Happy New Year! 🥂 Using its proprietary Agora USA consumer insights community, Accelerant Research polled over 500 Americans about their 2026 New Year's resolutions. Check out our findings below!

Most Americans Are Still Making Resolutions
About 3 in 5 Americans say they’re making New Year’s resolutions in 2026—a figure that has remained remarkably stable year over year. Despite shifting cultural conversations around self-improvement and burnout, the tradition of setting goals appears resilient.
The most common resolutions also remain unchanged. Health and wellness dominate once again, with exercise, healthier eating, and weight loss leading the list. Financial success and maintaining a positive outlook round out the top goals, reinforcing that resolutions tend to focus on long-term self-optimization rather than short-term change.
Confidence Meets Reality
Among those setting resolutions, confidence is high. Nearly 80% say they plan to stick with their goals this year—an optimism that mirrors what we’ve seen in past surveys.
But when respondents reflect on prior years, a different story emerges. Historically, fewer than half report actually following through on their resolutions. The result is a consistent and measurable intention–action gap: people begin the year motivated, yet struggle to sustain change over time.
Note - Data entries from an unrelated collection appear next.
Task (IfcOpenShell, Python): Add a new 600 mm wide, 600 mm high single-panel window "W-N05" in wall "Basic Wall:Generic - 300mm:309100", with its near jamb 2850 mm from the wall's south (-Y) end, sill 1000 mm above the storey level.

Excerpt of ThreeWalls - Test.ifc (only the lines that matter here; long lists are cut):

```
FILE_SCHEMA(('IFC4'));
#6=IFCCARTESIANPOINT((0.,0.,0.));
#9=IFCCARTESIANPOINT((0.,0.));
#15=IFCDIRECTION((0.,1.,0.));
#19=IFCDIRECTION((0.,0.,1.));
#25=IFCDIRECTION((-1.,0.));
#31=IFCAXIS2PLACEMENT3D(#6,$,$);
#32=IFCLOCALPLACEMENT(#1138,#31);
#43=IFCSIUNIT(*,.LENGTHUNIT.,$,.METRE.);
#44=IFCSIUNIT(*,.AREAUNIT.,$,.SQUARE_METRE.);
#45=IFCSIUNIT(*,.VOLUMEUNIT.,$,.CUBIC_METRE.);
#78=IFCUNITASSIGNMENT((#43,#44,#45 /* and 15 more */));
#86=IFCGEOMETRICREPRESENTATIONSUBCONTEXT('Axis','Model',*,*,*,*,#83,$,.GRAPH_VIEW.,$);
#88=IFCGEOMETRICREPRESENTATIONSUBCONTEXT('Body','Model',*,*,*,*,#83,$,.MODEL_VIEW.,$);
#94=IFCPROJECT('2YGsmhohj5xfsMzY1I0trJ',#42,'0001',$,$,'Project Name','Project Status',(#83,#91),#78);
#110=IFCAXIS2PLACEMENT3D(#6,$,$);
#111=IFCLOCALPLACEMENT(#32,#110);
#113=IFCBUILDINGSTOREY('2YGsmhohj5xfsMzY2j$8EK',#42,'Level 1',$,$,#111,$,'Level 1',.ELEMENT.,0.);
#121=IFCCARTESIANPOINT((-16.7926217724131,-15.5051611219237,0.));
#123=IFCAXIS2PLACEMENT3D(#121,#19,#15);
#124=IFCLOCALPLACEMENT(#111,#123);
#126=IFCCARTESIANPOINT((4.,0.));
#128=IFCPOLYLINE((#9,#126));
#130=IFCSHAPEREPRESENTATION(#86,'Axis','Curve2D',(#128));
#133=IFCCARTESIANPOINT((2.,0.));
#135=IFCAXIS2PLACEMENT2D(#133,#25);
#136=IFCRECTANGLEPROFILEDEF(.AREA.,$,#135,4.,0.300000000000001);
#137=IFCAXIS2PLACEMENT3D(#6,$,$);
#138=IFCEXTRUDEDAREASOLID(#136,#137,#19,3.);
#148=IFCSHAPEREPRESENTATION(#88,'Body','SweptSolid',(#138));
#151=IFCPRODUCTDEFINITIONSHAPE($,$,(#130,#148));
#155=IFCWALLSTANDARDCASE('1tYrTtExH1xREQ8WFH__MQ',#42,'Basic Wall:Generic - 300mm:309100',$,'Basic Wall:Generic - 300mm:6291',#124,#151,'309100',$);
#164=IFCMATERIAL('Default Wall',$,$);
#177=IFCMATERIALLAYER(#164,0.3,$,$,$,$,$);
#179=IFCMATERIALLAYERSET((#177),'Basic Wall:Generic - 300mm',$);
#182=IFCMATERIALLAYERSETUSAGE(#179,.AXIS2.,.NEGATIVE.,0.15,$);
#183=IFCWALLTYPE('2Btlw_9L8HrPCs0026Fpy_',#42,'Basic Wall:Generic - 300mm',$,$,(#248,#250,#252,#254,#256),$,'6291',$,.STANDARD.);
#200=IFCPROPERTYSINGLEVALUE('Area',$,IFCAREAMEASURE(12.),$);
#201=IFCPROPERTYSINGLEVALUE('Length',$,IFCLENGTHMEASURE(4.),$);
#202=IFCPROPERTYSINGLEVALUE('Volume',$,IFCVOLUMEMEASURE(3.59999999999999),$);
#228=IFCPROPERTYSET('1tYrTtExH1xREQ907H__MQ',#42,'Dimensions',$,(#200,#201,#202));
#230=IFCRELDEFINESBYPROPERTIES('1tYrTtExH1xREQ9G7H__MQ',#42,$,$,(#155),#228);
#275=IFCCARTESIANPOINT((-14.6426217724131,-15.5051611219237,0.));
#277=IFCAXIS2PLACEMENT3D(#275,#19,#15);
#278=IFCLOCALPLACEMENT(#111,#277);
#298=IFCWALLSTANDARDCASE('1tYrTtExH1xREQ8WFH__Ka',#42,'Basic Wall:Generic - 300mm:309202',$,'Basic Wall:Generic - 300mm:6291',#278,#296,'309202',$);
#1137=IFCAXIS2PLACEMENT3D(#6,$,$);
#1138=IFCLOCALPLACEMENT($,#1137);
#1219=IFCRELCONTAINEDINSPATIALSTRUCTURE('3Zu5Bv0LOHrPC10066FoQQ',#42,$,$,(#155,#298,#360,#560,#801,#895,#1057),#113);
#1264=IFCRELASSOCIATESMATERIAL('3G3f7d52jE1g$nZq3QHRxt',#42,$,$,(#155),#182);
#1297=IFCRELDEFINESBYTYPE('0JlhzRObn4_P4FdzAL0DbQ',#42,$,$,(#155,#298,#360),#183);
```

```python
import numpy as np
import ifcopenshell
import ifcopenshell.api.feature
import ifcopenshell.api.geometry
import ifcopenshell.api.pset
import ifcopenshell.api.root
import ifcopenshell.api.spatial
import ifcopenshell.geom
import ifcopenshell.util.element
import ifcopenshell.util.placement
import ifcopenshell.util.representation
import ifcopenshell.util.shape
import ifcopenshell.util.unit

model = ifcopenshell.open("ThreeWalls - Test.ifc")
unit_scale = ifcopenshell.util.unit.calculate_unit_scale(model)
area_scale = ifcopenshell.util.unit.calculate_unit_scale(model, "AREAUNIT")
volume_scale = ifcopenshell.util.unit.calculate_unit_scale(model, "VOLUMEUNIT")
settings = ifcopenshell.geom.settings()


def volume(element):
    """Net volume in cubic metres, openings subtracted."""
    shape = ifcopenshell.geom.create_shape(settings, element)
    return ifcopenshell.util.shape.get_volume(shape.geometry)


wall = model.by_guid("1tYrTtExH1xREQ8WFH__MQ")
storey = ifcopenshell.util.element.get_container(wall, ifc_class="IfcBuildingStorey")
context = ifcopenshell.util.representation.get_context(model, "Model", "Body", "MODEL_VIEW")
before = volume(wall)

width, height, from_end, sill = 0.6, 0.6, 2.85, 1  # metres

# The wall runs along its own X axis, and the end named is its -X end.
wall_shape = ifcopenshell.geom.create_shape(settings, wall)
x, y, z = ifcopenshell.util.shape.get_vertices(wall_shape.geometry).T
start = x.min() + from_end
face, thickness = float(y.min()), float(y.max() - y.min())
wall_matrix = ifcopenshell.util.placement.get_local_placement(wall.ObjectPlacement)
level = ifcopenshell.util.placement.get_local_placement(storey.ObjectPlacement)[2, 3]


def in_wall(x, y):
    """Placement at x, y metres in the wall's axes, at sill height."""
    matrix = wall_matrix.copy()
    matrix[:, 3] = wall_matrix @ np.array([x / unit_scale, y / unit_scale, 0.0, 1.0])
    matrix[2, 3] = level + sill / unit_scale
    return matrix


# Opening: a box that overshoots both wall faces by 50 mm.
opening = ifcopenshell.api.root.create_entity(model, ifc_class="IfcOpeningElement", predefined_type="OPENING")
box = ifcopenshell.api.geometry.add_wall_representation(
    model, context=context, length=width, height=height, thickness=thickness + 0.1
)
ifcopenshell.api.geometry.assign_representation(model, product=opening, representation=box)
ifcopenshell.api.geometry.edit_object_placement(model, product=opening, matrix=in_wall(start, face - 0.05), is_si=False)
ifcopenshell.api.feature.add_feature(model, feature=opening, element=wall)

window = ifcopenshell.api.root.create_entity(model, ifc_class="IfcWindow", name="W-N05", predefined_type="WINDOW")
window.OverallWidth, window.OverallHeight = width / unit_scale, height / unit_scale
window.PartitioningType = "SINGLE_PANEL"
body = ifcopenshell.api.geometry.add_window_representation(
    model,
    context=context,
    overall_width=window.OverallWidth,
    overall_height=window.OverallHeight,
    partition_type="SINGLE_PANEL",
)
ifcopenshell.api.geometry.assign_representation(model, product=window, representation=body)
ifcopenshell.api.spatial.assign_container(model, products=[window], relating_structure=storey)
ifcopenshell.api.feature.add_filling(model, opening=opening, element=window)

# Centre the window in the wall's thickness.
ifcopenshell.api.geometry.edit_object_placement(model, product=window, matrix=in_wall(start, face), is_si=False)
window_shape = ifcopenshell.geom.create_shape(settings, window)
depth = ifcopenshell.util.shape.get_vertices(window_shape.geometry)[:, 1]
offset = face + thickness / 2 - (depth.min() + depth.max()) / 2
ifcopenshell.api.geometry.edit_object_placement(model, product=window, matrix=in_wall(start, offset), is_si=False)

after = volume(wall)

# Update the wall's stored quantities.
pset = model.by_id(ifcopenshell.util.element.get_pset(wall, "Dimensions", should_inherit=False)["id"])
ifcopenshell.api.pset.edit_pset(model, pset=pset, properties={
    "Area": model.create_entity("IfcAreaMeasure", after / thickness / area_scale),
    "Volume": model.create_entity("IfcVolumeMeasure", after / volume_scale),
})

print(f"wall volume {before:.3f} -> {after:.3f} m3")

model.write("ThreeWalls - Test_v2.ifc")
```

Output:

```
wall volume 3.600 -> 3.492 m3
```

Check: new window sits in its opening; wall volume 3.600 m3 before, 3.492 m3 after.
This pattern isn’t about a lack of effort or awareness. Behavioral research shows that motivation peaks during moments of transition, while long-term follow-through depends on structure, reinforcement, and habit formation—factors that are often missing once January momentum fades.
Why the Gap Matters
For brands, researchers, and product teams, this insight is critical. Consumers aren’t lacking motivation—they’re struggling with follow-through. Experiences, tools, and interventions that acknowledge this reality can better support long-term behavior change, rather than relying on short-lived enthusiasm.
As 2026 begins, the takeaway is clear: New Year’s resolutions aren’t failing because people don’t care. They fail because intention alone isn’t enough.